* _Task to complete_: Tally every line of the records below that includes "Check", and reply with the total alone.
======== Input records
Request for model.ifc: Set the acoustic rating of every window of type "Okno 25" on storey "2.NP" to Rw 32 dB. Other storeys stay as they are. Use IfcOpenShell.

First a look at what the model holds.

```python
import ifcopenshell
import ifcopenshell.util.element

model = ifcopenshell.open("model.ifc")
print(model.schema)
storey = next(s for s in model.by_type("IfcBuildingStorey") if s.Name == "2.NP")
windows = [e for e in ifcopenshell.util.element.get_decomposition(storey) if e.is_a("IfcWindow")]
seen = {}
for e in windows:
    element_type = ifcopenshell.util.element.get_type(e)
    key = (element_type.Name if element_type != e and element_type else None, ifcopenshell.util.element.get_pset(e, "Pset_WindowCommon", "AcousticRating"))
    seen[key] = seen.get(key, 0) + 1
for (name, value), count in sorted(seen.items(), key=str):
    print(count, "x", name, "|", value)
```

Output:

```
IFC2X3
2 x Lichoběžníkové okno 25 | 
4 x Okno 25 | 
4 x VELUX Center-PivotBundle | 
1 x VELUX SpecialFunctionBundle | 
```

```python
import ifcopenshell
import ifcopenshell.api.pset
import ifcopenshell.util.element

model = ifcopenshell.open("model.ifc")

storey = next(s for s in model.by_type("IfcBuildingStorey") if s.Name == "2.NP")
windows = [e for e in ifcopenshell.util.element.get_decomposition(storey) if e.is_a("IfcWindow")]

count = 0
for e in windows:
    element_type = ifcopenshell.util.element.get_type(e)
    if element_type in (None, e) or element_type.Name != "Okno 25":
        continue
    # add_pset returns the element's existing set when there is one.
    pset = ifcopenshell.api.pset.add_pset(model, product=e, name="Pset_WindowCommon")
    ifcopenshell.api.pset.edit_pset(model, pset=pset, properties={"AcousticRating": "Rw 32 dB"})
    count += 1

print(count, "windows updated")

model.write("model_rev.ifc")
```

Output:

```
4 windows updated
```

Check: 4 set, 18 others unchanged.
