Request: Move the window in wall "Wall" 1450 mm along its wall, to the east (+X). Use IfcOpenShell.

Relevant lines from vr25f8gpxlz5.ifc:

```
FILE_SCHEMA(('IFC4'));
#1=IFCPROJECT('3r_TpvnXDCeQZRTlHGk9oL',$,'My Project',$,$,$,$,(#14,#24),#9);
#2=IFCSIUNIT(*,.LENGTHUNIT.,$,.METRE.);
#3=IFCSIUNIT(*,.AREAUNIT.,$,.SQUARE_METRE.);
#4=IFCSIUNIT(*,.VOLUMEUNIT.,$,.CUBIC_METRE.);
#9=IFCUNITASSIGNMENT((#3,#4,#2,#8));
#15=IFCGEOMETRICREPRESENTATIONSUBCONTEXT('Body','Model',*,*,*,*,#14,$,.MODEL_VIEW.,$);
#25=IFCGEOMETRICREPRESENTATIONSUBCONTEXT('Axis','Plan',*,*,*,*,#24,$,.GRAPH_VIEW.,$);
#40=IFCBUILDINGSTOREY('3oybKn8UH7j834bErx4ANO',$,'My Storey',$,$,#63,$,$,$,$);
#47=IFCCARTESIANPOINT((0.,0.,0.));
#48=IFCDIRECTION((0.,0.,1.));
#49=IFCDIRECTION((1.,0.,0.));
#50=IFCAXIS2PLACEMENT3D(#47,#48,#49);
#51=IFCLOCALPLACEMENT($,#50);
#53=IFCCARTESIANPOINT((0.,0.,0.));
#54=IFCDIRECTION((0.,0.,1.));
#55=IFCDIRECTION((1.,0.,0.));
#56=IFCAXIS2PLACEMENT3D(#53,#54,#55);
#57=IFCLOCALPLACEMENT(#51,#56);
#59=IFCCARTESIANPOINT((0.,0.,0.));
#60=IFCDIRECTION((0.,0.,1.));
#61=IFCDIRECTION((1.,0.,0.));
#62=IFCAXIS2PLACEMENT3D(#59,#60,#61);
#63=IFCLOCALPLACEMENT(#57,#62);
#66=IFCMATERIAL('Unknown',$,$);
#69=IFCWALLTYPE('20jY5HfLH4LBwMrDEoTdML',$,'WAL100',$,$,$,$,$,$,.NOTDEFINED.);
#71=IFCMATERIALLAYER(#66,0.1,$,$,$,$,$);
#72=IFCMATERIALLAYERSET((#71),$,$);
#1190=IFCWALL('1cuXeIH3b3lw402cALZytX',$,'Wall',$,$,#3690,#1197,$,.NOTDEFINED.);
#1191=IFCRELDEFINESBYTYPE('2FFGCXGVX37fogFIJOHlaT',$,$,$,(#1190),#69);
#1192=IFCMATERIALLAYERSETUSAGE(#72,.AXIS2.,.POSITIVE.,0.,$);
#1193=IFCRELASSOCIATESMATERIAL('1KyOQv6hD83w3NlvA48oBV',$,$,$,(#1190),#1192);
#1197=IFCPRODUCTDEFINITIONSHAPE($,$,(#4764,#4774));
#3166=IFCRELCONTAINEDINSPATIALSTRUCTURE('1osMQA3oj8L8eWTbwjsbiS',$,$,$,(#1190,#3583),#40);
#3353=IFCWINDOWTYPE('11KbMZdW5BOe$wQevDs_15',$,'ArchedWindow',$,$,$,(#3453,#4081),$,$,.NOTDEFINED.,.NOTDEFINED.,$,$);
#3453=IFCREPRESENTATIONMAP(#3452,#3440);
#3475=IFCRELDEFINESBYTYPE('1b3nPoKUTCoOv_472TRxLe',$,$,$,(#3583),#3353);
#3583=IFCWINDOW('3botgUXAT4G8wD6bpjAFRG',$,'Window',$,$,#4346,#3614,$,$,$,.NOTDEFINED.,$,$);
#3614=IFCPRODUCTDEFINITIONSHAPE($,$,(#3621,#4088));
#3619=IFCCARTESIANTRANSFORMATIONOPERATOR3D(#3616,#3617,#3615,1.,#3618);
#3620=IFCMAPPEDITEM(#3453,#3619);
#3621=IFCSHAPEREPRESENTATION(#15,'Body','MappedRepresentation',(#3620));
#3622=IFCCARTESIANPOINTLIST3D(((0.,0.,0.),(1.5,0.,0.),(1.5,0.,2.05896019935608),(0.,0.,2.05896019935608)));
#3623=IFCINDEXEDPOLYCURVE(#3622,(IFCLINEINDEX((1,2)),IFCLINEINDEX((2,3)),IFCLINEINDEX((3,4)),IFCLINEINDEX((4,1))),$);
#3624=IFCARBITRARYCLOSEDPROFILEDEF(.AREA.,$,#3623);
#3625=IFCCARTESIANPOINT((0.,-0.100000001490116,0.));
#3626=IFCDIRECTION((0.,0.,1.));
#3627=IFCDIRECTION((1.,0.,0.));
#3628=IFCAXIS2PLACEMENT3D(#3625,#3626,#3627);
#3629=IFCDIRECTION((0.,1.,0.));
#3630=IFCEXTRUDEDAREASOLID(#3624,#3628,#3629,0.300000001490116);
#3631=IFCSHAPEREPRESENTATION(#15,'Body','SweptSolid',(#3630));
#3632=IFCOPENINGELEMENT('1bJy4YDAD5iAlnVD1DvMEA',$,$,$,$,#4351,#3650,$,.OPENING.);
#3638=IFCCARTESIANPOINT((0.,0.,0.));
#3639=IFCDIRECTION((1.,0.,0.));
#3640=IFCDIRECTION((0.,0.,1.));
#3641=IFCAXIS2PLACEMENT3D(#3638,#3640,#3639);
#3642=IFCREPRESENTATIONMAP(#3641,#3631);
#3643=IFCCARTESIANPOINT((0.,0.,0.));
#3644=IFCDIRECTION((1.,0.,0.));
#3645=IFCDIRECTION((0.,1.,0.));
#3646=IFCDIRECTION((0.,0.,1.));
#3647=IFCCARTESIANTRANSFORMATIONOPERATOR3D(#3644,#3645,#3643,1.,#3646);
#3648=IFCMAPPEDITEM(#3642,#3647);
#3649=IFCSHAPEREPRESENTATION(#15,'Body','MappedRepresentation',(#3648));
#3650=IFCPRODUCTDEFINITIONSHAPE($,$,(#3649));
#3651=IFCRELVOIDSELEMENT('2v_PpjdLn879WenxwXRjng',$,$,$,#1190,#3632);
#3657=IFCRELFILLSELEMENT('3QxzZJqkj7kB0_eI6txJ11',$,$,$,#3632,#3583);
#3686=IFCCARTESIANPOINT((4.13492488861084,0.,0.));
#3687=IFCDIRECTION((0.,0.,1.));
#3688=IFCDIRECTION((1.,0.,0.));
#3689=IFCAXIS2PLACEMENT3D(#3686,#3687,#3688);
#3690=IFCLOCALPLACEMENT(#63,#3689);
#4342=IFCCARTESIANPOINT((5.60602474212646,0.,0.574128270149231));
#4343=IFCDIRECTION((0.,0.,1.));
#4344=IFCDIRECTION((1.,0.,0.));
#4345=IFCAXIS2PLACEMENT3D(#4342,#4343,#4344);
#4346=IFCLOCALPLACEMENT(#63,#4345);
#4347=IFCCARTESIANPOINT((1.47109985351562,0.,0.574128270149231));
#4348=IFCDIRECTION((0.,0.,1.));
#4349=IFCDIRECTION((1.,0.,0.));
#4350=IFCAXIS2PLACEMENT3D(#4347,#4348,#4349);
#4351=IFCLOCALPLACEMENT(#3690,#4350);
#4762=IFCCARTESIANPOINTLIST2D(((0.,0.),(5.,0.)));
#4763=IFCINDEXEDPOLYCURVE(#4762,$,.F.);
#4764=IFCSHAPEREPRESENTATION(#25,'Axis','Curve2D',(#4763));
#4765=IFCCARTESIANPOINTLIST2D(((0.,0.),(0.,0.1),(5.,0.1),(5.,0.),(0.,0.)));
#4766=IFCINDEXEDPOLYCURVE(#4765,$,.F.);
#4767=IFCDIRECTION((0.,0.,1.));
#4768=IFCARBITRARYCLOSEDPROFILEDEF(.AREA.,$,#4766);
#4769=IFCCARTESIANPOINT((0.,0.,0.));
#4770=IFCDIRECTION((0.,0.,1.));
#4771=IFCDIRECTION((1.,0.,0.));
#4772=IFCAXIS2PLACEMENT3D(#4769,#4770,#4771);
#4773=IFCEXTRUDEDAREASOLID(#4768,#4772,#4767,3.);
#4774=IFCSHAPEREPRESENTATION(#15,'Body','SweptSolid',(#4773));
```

```python
import ifcopenshell
import ifcopenshell.api.geometry
import ifcopenshell.util.placement

model = ifcopenshell.open("vr25f8gpxlz5.ifc")

window = model.by_guid("3botgUXAT4G8wD6bpjAFRG")
opening = window.FillsVoids[0].RelatingOpeningElement
wall = opening.VoidsElements[0].RelatingBuildingElement

wall_matrix = ifcopenshell.util.placement.get_local_placement(wall.ObjectPlacement)
shift = wall_matrix[:3, 0] * 1.45
before = ifcopenshell.util.placement.get_local_placement(window.ObjectPlacement)[:3, 3].copy()

# The window is not placed relative to its opening, so move both.
for product in (opening, window):
    matrix = ifcopenshell.util.placement.get_local_placement(product.ObjectPlacement)
    matrix[:3, 3] += shift
    ifcopenshell.api.geometry.edit_object_placement(model, product=product, matrix=matrix, is_si=False)

after = ifcopenshell.util.placement.get_local_placement(window.ObjectPlacement)[:3, 3]
print("window moved by", (after - before).round(3) + 0.0)

model.write("vr25f8gpxlz5_v2.ifc")
```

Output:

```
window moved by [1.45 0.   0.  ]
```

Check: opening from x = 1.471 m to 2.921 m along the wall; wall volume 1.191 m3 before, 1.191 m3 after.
================
* _Your response_: 2